Determine the number of lines in the data below that hold "IFCPRODUCTDEFINITIONSHAPE"; give nothing but that number.
• • • • •
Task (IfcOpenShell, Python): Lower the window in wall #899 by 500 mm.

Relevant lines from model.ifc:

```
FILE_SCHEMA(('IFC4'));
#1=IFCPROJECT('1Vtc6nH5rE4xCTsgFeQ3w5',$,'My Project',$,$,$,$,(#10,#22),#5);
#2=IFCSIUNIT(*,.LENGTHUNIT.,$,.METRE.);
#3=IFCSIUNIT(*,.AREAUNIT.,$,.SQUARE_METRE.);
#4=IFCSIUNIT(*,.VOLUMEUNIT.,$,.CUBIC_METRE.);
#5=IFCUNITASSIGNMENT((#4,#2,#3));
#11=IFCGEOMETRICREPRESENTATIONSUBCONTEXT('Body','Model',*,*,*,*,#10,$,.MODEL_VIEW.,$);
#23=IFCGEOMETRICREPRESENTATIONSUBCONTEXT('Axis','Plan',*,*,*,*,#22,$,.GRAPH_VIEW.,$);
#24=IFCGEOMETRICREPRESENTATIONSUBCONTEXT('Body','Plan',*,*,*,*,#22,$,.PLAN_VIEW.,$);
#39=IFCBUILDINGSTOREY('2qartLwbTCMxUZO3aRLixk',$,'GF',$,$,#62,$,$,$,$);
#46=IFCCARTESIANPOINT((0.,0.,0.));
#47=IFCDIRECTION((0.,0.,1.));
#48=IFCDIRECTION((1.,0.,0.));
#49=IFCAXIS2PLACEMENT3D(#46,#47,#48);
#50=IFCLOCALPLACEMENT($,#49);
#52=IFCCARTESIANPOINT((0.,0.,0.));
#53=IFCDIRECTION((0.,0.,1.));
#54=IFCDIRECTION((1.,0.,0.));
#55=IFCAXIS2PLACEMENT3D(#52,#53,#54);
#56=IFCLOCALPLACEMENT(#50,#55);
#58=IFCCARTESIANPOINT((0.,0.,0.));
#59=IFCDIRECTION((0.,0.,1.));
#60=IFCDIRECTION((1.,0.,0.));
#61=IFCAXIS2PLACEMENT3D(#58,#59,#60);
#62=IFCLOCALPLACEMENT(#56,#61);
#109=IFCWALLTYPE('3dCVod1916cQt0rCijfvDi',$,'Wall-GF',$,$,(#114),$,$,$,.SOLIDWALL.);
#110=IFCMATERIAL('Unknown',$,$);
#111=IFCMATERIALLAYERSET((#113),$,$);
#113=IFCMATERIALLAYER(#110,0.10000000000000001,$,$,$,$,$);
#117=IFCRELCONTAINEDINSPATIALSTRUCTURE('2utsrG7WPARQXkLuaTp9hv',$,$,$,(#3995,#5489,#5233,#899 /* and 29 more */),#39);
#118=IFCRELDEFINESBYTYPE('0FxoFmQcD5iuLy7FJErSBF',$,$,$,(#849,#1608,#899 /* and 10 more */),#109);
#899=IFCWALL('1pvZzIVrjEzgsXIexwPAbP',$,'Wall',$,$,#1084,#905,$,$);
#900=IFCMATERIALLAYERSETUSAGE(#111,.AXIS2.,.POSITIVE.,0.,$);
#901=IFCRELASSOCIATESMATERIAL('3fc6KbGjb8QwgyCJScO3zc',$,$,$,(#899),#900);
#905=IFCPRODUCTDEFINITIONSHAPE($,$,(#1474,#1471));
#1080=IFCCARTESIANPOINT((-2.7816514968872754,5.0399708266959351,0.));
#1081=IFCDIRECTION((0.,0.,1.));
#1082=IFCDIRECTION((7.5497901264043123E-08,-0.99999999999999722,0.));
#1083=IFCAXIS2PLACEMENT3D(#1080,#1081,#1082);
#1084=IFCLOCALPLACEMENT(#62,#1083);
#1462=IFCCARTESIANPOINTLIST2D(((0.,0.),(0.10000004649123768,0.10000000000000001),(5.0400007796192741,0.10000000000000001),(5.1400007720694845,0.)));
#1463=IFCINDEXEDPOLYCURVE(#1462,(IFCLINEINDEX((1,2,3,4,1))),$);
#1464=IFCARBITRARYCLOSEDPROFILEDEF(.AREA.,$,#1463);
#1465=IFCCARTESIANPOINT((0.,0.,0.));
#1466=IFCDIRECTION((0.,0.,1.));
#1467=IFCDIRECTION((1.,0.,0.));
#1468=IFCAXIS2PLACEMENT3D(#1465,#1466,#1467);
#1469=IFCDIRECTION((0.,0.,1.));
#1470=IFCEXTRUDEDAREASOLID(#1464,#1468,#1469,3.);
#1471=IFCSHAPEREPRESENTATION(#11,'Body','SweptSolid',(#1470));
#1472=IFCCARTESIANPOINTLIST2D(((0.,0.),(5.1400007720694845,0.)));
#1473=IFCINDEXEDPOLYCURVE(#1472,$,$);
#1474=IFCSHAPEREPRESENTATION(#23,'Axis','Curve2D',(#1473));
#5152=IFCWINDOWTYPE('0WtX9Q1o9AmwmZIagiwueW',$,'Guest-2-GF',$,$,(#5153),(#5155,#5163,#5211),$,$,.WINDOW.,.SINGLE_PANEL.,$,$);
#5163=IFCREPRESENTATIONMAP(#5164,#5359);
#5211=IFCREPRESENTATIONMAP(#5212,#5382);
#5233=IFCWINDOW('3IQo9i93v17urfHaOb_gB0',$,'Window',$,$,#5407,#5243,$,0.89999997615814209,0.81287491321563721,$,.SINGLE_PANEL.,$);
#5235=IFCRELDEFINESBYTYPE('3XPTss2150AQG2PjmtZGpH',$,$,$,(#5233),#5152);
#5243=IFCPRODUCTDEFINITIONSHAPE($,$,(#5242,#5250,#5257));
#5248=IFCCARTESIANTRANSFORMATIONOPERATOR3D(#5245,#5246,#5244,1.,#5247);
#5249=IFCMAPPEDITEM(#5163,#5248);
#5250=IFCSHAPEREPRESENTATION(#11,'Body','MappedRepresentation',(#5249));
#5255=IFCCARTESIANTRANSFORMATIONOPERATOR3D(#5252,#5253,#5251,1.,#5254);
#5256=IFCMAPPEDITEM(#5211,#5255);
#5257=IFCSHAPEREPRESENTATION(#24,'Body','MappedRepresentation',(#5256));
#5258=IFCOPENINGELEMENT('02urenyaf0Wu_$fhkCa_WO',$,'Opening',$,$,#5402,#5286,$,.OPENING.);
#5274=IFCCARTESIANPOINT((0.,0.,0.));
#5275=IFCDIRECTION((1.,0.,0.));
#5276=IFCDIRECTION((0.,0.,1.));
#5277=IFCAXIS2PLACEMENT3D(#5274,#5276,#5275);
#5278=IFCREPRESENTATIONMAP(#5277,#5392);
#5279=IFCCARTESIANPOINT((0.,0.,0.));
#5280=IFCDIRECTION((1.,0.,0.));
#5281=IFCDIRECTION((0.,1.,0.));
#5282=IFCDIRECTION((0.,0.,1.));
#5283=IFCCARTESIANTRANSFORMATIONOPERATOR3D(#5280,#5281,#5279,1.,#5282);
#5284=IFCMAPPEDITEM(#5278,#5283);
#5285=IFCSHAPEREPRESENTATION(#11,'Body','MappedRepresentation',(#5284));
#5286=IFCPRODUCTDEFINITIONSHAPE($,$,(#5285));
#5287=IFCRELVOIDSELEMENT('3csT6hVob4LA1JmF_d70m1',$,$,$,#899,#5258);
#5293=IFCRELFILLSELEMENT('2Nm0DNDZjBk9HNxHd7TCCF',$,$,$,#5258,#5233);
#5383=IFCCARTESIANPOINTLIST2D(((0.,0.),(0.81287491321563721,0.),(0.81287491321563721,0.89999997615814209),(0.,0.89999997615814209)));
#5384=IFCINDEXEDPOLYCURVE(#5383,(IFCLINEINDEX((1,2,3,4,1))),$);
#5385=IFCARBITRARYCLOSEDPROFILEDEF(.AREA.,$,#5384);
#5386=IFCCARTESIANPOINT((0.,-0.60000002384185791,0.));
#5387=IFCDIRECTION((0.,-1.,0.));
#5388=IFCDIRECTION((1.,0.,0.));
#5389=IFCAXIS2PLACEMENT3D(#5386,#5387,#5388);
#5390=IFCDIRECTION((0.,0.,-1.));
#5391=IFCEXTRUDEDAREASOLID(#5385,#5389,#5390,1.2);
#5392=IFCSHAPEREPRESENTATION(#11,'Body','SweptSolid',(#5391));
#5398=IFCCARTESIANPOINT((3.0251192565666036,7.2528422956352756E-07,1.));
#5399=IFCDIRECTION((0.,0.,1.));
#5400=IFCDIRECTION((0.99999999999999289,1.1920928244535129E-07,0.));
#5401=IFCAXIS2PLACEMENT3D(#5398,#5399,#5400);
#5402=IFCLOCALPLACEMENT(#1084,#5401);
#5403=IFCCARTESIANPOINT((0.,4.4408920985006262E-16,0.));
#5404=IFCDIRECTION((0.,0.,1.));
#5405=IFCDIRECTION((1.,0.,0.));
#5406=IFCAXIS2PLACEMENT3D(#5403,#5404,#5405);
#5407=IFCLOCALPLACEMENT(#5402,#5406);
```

```python
import numpy as np
import ifcopenshell
import ifcopenshell.api.geometry
import ifcopenshell.util.placement
import ifcopenshell.util.unit

model = ifcopenshell.open("model.ifc")
unit_scale = ifcopenshell.util.unit.calculate_unit_scale(model)

window = model.by_guid("3IQo9i93v17urfHaOb_gB0")
opening = window.FillsVoids[0].RelatingOpeningElement
dz = -0.5 / unit_scale

shift = np.array([0.0, 0.0, dz])
# The window is placed relative to its opening, so it follows when the opening moves.
matrix = ifcopenshell.util.placement.get_local_placement(opening.ObjectPlacement)
matrix[:3, 3] += shift
ifcopenshell.api.geometry.edit_object_placement(
    model, product=opening, matrix=matrix, is_si=False, should_transform_children=True
)

print(f"moved by {dz * unit_scale:+.3f} m")

model.write("model_rev.ifc")
```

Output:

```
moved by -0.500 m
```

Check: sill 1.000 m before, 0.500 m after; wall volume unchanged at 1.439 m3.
• • • • •
### REPLY TO THE EXERCISE
3